After the upgrade to FortiOS 7.2.12 GA, once the traffic began to be processed by the FortiGate, HA heartbeat packet loss started to occur a few hours later.

• CPU spikes were observed during the issue.
• The number of concurrent sessions reached several million.
• A traffic peak of approximately 25 Gbps was noted.
• Both ingress and egress traffic volumes were similar.
• Multiple firewall policies had deep inspection enabled, along with UTM profiles such as Antivirus, IPS, and web filtering.

The upgrade to 7.2.12 GA resolved the LACP interface flap issue; however, the HA configuration change (Configuring HA1/HA2 to use NP7 for session sync) that was recommended as an optimization worsened the situation, resulting in a split-brain condition for multiple times.
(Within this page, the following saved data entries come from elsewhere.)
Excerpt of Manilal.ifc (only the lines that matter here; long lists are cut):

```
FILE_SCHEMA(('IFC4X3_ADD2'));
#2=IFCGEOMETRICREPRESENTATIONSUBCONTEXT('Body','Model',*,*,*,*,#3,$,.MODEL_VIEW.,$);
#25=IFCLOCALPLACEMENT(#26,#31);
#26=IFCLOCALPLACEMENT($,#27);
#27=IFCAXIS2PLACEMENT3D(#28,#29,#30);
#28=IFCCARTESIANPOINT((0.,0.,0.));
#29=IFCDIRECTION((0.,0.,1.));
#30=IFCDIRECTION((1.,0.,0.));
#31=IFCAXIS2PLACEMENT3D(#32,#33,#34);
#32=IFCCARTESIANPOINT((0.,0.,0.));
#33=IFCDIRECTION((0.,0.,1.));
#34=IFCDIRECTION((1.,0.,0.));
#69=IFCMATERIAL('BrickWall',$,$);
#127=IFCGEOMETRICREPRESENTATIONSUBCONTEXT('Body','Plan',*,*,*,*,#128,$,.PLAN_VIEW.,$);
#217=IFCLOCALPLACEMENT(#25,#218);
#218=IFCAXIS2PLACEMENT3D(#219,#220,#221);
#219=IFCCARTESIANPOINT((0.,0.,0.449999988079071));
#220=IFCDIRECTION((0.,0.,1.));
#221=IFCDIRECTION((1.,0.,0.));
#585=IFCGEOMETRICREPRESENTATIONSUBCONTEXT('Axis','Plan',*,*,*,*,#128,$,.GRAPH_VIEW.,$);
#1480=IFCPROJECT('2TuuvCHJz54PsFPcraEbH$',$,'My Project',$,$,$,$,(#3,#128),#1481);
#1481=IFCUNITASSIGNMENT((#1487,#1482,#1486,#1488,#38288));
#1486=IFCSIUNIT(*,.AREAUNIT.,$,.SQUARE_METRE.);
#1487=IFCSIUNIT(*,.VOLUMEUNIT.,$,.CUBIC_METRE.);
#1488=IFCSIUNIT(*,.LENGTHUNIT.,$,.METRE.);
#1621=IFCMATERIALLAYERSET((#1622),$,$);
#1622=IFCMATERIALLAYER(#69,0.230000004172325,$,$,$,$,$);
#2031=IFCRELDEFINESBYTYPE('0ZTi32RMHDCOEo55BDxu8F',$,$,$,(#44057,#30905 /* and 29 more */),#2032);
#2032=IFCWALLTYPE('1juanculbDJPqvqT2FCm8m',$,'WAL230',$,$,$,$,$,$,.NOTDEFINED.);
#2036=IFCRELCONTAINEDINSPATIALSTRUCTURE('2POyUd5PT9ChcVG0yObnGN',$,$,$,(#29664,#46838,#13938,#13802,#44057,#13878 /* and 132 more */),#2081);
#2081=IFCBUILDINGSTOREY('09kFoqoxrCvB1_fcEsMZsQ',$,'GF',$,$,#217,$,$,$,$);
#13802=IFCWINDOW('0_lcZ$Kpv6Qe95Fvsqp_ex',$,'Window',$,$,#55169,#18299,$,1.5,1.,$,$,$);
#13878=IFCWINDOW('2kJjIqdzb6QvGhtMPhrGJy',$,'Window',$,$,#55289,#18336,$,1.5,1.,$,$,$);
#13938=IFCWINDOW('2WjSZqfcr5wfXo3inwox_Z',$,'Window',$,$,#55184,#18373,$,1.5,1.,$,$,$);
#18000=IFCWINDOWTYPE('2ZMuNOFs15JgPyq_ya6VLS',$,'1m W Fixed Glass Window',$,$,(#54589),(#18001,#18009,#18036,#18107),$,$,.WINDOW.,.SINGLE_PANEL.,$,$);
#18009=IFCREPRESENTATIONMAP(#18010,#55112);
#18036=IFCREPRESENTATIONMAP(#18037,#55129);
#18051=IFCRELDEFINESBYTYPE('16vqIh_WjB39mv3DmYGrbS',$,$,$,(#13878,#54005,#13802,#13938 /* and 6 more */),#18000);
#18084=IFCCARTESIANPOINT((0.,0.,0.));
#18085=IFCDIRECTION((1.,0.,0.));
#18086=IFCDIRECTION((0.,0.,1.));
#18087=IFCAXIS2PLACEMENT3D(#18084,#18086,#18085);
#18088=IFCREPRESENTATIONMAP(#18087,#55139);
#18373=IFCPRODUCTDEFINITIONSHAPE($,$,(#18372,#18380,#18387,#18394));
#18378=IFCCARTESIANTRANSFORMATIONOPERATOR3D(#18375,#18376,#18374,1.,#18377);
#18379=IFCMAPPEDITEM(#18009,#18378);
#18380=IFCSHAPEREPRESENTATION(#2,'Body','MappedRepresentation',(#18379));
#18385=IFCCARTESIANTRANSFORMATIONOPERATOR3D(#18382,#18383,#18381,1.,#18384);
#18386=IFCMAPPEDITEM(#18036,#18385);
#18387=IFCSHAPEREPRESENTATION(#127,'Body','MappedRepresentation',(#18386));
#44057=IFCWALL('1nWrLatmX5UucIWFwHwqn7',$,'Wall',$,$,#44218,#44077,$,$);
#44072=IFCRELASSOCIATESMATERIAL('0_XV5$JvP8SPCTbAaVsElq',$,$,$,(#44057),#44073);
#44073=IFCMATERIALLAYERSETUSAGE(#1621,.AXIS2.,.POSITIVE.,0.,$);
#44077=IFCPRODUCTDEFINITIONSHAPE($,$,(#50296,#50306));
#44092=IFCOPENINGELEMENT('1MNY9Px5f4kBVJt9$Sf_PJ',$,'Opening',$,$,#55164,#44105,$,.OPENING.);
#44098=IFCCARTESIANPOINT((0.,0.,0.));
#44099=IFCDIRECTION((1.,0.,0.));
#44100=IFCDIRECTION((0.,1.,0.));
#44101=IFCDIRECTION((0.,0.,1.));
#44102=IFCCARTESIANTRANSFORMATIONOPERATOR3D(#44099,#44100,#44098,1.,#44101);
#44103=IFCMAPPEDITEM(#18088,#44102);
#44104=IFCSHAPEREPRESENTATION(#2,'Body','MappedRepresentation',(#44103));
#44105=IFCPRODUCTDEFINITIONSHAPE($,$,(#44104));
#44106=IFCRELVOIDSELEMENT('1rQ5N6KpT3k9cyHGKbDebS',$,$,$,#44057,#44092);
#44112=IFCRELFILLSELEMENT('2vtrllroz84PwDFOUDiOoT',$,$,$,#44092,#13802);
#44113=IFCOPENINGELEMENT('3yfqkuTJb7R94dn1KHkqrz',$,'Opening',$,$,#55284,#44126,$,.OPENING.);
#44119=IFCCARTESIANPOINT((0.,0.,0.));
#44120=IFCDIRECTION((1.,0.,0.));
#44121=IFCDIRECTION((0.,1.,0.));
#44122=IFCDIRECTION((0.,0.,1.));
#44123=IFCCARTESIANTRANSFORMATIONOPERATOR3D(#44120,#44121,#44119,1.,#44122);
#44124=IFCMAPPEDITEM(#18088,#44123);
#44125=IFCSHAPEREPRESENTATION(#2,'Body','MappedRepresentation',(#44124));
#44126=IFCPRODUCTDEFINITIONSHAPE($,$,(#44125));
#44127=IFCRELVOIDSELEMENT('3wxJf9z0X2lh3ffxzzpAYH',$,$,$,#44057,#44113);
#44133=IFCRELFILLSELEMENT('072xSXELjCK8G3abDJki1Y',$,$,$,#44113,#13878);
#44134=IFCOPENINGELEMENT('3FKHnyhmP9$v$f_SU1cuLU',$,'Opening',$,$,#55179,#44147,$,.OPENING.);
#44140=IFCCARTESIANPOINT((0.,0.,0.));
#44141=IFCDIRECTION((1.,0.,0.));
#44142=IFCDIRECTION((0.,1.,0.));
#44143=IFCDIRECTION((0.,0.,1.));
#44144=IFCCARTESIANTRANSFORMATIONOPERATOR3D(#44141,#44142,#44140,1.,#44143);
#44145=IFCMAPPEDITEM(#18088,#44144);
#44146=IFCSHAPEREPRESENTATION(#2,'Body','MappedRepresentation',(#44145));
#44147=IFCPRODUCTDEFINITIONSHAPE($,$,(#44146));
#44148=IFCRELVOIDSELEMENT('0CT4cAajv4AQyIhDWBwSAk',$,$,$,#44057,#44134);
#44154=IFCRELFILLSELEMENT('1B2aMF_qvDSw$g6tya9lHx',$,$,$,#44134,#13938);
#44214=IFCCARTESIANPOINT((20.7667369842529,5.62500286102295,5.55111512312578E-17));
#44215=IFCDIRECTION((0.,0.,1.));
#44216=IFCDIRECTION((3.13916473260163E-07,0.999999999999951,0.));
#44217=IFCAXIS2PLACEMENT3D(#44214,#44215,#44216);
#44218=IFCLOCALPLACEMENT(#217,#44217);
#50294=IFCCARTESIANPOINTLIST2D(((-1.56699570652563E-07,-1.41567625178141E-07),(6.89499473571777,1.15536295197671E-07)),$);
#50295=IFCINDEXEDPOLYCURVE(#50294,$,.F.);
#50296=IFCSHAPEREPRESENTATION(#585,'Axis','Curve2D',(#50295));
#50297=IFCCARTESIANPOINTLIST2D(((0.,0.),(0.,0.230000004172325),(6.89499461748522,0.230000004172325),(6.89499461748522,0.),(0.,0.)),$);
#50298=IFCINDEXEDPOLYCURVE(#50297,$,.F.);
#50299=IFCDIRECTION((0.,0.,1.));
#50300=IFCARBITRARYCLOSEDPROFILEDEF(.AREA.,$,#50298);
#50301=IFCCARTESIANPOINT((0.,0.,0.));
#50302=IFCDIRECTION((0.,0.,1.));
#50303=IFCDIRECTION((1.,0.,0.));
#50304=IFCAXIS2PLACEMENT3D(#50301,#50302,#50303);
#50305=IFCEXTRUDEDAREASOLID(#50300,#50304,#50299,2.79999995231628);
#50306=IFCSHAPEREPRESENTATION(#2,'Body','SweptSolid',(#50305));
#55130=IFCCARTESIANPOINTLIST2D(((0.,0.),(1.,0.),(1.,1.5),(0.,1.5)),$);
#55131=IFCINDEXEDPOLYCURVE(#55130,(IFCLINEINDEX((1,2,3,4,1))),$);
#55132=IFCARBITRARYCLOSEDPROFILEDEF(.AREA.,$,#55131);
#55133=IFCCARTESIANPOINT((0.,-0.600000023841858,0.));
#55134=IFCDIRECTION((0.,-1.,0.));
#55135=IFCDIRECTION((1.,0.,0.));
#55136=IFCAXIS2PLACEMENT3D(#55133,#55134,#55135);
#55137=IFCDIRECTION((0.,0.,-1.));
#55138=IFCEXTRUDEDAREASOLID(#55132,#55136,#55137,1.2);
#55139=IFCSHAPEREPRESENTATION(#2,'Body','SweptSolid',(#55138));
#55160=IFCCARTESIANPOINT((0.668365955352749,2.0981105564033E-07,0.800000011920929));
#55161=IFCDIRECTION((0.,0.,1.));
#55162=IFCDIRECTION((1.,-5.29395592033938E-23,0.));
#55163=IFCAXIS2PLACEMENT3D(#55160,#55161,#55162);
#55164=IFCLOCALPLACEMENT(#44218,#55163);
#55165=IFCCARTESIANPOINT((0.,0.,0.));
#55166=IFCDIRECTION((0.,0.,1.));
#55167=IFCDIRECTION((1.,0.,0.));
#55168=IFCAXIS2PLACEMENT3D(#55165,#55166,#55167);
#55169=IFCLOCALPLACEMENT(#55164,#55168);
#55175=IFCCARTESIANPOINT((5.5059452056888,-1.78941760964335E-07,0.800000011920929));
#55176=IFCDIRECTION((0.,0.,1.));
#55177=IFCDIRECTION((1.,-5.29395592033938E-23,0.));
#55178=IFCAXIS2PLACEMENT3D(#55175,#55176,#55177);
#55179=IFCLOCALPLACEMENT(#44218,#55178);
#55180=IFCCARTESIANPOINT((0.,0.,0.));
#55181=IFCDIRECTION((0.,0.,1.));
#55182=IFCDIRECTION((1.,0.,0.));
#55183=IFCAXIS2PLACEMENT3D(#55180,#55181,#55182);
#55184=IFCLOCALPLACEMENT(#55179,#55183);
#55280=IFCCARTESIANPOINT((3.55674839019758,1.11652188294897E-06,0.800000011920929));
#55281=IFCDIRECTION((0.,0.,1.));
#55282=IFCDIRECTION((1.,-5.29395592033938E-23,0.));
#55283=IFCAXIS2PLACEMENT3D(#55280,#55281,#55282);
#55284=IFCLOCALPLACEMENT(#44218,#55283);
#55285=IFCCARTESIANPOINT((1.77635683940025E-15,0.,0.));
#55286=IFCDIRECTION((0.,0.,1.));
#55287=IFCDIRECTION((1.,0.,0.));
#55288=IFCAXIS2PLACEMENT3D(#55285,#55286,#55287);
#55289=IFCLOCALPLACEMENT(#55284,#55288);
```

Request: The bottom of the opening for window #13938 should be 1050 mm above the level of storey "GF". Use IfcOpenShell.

```python
import numpy as np
import ifcopenshell
import ifcopenshell.api.geometry
import ifcopenshell.geom
import ifcopenshell.util.element
import ifcopenshell.util.placement
import ifcopenshell.util.shape
import ifcopenshell.util.unit

model = ifcopenshell.open("Manilal.ifc")
unit_scale = ifcopenshell.util.unit.calculate_unit_scale(model)

window = model.by_guid("2WjSZqfcr5wfXo3inwox_Z")
opening = window.FillsVoids[0].RelatingOpeningElement
storey = ifcopenshell.util.element.get_container(window, ifc_class="IfcBuildingStorey")
level = ifcopenshell.util.placement.get_local_placement(storey.ObjectPlacement)[2, 3]

# The opening's origin need not be at the sill, so measure its lowest point.
shape = ifcopenshell.geom.create_shape(ifcopenshell.geom.settings(), opening)
bottom = ifcopenshell.util.shape.get_shape_bottom_elevation(shape, shape.geometry) / unit_scale
dz = level + 1.05 / unit_scale - bottom

shift = np.array([0.0, 0.0, dz])
# The window is placed relative to its opening, so it follows when the opening moves.
matrix = ifcopenshell.util.placement.get_local_placement(opening.ObjectPlacement)
matrix[:3, 3] += shift
ifcopenshell.api.geometry.edit_object_placement(
    model, product=opening, matrix=matrix, is_si=False, should_transform_children=True
)

print(f"moved by {dz * unit_scale:+.3f} m")

model.write("Manilal_v2.ifc")
```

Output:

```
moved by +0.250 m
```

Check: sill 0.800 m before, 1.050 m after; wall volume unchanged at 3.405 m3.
Each time, HA recovered on its own within one second.

The overall observed bandwidth of 25 Gbps was the reason that this optimization recommendation did not work as expected. The original observation in this case study was around 4 Gbps, but it was much higher upon deeper investigation upon examining the bandwidth graphs from the past six months. This is why the workaround, which was NOT recommended for traffic above 20 Gbps, led to this unintended situation when it was applied in this case.

Resolution steps:

To resolve the HA heartbeat packet loss issue, the following solutions can be implemented:

1. Revert the config for HA1/HA2 to use NP7 for session sync:

config system npu

    set dedicated-lacp-queue enable

        config port-path-option

            unset ports-using-npu

        end

    end

2. Optimize ha heartbeat and session-sync performance.
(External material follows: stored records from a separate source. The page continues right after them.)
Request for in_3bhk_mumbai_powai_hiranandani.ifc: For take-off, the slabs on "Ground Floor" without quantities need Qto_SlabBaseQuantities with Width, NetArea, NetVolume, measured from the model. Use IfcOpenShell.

First a look at what the model holds.

```python
import ifcopenshell
import ifcopenshell.util.element
import ifcopenshell.util.unit

model = ifcopenshell.open("in_3bhk_mumbai_powai_hiranandani.ifc")
print(model.schema)
for unit_type in ("LENGTHUNIT", "AREAUNIT", "VOLUMEUNIT"):
    print(unit_type, ifcopenshell.util.unit.calculate_unit_scale(model, unit_type))
storey = next(s for s in model.by_type("IfcBuildingStorey") if s.Name == "Ground Floor")
slabs = [e for e in ifcopenshell.util.element.get_decomposition(storey) if e.is_a("IfcSlab")]
for e in sorted(slabs, key=lambda e: e.id()):
    print(e.id(), e.is_a(), e.Name, list(ifcopenshell.util.element.get_psets(e, qtos_only=True)), sep=" | ")
```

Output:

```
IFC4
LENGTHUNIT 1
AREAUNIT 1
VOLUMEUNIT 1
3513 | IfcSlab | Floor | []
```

```python
import ifcopenshell
import ifcopenshell.api.pset
import ifcopenshell.geom
import ifcopenshell.util.element
import ifcopenshell.util.shape
import ifcopenshell.util.unit

model = ifcopenshell.open("in_3bhk_mumbai_powai_hiranandani.ifc")
unit_scale = ifcopenshell.util.unit.calculate_unit_scale(model)
area_scale = ifcopenshell.util.unit.calculate_unit_scale(model, "AREAUNIT")
volume_scale = ifcopenshell.util.unit.calculate_unit_scale(model, "VOLUMEUNIT")
settings = ifcopenshell.geom.settings()

storey = next(s for s in model.by_type("IfcBuildingStorey") if s.Name == "Ground Floor")
slabs = [e for e in ifcopenshell.util.element.get_decomposition(storey) if e.is_a("IfcSlab")]

for e in sorted(slabs, key=lambda e: e.id()):
    if ifcopenshell.util.element.get_psets(e, qtos_only=True, should_inherit=False):
        continue
    # Geometry comes back in metres, in the element's own axes.
    shape = ifcopenshell.geom.create_shape(settings, e)
    values = {
        "Width": ifcopenshell.util.shape.get_z(shape.geometry) / unit_scale,
        "NetArea": ifcopenshell.util.shape.get_footprint_area(shape.geometry) / area_scale,
        "NetVolume": ifcopenshell.util.shape.get_volume(shape.geometry) / volume_scale,
    }
    qto = ifcopenshell.api.pset.add_qto(model, product=e, name="Qto_SlabBaseQuantities")
    ifcopenshell.api.pset.edit_qto(model, qto=qto, properties=values)
    print(e.id(), {k: round(v, 3) for k, v in values.items()})

model.write("in_3bhk_mumbai_powai_hiranandani-out.ifc")
```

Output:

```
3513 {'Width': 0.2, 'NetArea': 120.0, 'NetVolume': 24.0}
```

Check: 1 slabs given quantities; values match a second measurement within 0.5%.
Set ha1/ha2/aux1/aux2 to 25G (in FortiGate 4401F), and connect them back-to-back:

config system interface

    edit "ha1"

        set vdom "root"

        set forward-error-correction cl91-rs-fec

        set speed 25000full

    next

    edit "ha2"

        set vdom "root"

        set forward-error-correction cl91-rs-fec

        set speed 25000full

    next

    edit "aux1"

        set vdom "root"

        set forward-error-correction cl91-rs-fec

        set speed 25000full

        set mtu-override enable

        set mtu 9000

    edit "aux2"

        set vdom "root"

        set forward-error-correction cl91-rs-fec

        set speed 25000full

        set mtu-override enable

        set mtu 9000

    next

end

Note: Change MTU of aux1/aux2 to 9k for better session-sync performance.

Separate HA heartbeat interfaces (ha1/ha2) from session-sync interfaces (aux1/aux2) and increase HA heartbeat loss threshold:

config system ha

    set group-id 45

    set group-name <name>

    set mode a-p

    set sync-packet-balance enable

    set hbdev "ha1" 20 "ha2" 10

    set session-sync-dev "aux1" "aux2"

    set hb-interval 4

    set hb-lost-threshold 12

    set session-pickup enable

    set session-pickup-connectionless enable

    set override disable

end

3. Move HA heartbeat ha1/ha2 tx/rx to appropriate CPU cores.
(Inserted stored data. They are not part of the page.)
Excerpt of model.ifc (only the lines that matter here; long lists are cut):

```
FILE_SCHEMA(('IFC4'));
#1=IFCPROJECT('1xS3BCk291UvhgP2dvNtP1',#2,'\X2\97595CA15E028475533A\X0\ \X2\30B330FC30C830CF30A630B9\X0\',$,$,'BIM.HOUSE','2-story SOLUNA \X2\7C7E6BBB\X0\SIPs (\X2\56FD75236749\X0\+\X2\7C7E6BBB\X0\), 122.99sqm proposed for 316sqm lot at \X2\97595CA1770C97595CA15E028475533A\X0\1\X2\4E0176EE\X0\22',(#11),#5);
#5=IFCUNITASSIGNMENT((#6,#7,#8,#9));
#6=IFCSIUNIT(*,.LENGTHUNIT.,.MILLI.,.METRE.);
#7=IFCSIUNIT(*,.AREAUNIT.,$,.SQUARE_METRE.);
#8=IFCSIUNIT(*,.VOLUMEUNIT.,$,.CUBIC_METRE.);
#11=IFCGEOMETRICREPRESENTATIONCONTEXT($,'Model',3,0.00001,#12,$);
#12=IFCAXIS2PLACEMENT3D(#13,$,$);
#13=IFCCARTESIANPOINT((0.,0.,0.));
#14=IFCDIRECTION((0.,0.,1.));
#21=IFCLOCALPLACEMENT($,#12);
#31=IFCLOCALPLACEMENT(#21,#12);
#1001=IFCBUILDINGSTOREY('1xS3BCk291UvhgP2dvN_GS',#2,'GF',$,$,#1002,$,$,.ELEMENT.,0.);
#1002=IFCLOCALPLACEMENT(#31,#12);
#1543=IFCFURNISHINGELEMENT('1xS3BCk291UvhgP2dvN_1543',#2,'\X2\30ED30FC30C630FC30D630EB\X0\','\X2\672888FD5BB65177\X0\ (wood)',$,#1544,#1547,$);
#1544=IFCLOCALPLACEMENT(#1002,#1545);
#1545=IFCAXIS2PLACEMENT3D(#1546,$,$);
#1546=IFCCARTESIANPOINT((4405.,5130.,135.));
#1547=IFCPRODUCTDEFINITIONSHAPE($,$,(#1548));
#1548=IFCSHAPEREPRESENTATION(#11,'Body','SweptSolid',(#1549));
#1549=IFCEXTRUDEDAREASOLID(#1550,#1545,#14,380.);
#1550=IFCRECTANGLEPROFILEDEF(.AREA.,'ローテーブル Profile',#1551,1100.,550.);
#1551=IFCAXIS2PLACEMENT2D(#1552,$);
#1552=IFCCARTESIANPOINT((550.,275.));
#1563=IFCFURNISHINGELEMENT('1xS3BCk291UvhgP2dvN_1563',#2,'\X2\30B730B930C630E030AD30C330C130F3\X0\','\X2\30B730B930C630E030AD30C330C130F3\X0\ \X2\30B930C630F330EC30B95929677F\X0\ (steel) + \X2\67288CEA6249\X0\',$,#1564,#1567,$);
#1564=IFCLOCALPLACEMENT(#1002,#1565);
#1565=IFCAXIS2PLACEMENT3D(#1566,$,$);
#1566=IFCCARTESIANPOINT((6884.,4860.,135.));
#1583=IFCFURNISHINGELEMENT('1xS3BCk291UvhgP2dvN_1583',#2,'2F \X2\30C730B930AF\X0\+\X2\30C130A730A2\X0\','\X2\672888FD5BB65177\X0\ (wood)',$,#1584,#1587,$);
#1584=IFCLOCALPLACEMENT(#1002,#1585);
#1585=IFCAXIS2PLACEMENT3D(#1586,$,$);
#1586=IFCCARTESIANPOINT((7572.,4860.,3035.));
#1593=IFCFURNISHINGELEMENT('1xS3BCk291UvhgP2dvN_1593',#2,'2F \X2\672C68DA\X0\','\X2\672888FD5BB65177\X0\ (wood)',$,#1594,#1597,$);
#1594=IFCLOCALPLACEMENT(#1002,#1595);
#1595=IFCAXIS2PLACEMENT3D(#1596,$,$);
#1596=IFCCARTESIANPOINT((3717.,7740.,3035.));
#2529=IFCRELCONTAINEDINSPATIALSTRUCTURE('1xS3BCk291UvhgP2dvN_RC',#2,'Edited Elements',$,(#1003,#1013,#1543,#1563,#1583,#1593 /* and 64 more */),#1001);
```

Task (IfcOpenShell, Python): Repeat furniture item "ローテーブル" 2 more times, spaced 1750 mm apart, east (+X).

```python
import numpy as np
import ifcopenshell
import ifcopenshell.api.geometry
import ifcopenshell.api.root
import ifcopenshell.util.element
import ifcopenshell.util.placement
import ifcopenshell.util.unit

model = ifcopenshell.open("model.ifc")
unit_scale = ifcopenshell.util.unit.calculate_unit_scale(model)


def reuse_history(source, copy):
    """copy_class also copies each property set's owner history, people and application; keep the originals."""
    for rel in copy.IsDefinedBy:
        if rel.is_a("IfcRelDefinesByProperties") and (history := rel.RelatingPropertyDefinition.OwnerHistory):
            rel.RelatingPropertyDefinition.OwnerHistory = source.OwnerHistory
            ifcopenshell.util.element.remove_deep2(model, history)


source = model.by_id(1543)
base = ifcopenshell.util.placement.get_local_placement(source.ObjectPlacement)
step = np.array([1.0, 0.0, 0.0]) * 1.75 / unit_scale

for i in range(1, 3):
    copy = ifcopenshell.api.root.copy_class(model, product=source)
    copy.Representation = ifcopenshell.util.element.copy_deep(
        model, source.Representation, exclude=["IfcGeometricRepresentationContext", "IfcRepresentationMap"]
    )
    reuse_history(source, copy)
    matrix = base.copy()
    matrix[:3, 3] += i * step
    print("added at", matrix[:3, 3].round(3) + 0.0)
    ifcopenshell.api.geometry.edit_object_placement(model, product=copy, matrix=matrix, is_si=False)

model.write("model_edited.ifc")
```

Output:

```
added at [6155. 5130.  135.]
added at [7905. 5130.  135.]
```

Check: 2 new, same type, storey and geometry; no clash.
To implement this adjustment, it is advised to engage Fortinet support for assistance. See the Fortinet Support Portal: Welcome to Fortinet Support.

Conclusion:

In summary, the initial LACP interface flap was due to a traffic burst causing NP congestion and preventing the timely handling of LACP packets mainly because the LACP packets were processed with lower priority. After upgrading to FortiOS 7.2.12 GA and implementing the recommended configuration optimization changes, a split-brain scenario emerged due to unexpected high bandwidth (Over 20 Gbps) and CPU overload. By carefully applying the recommended configuration changes and ensuring UTM features are balanced, stable HA behavior and efficient traffic handling can be achieved.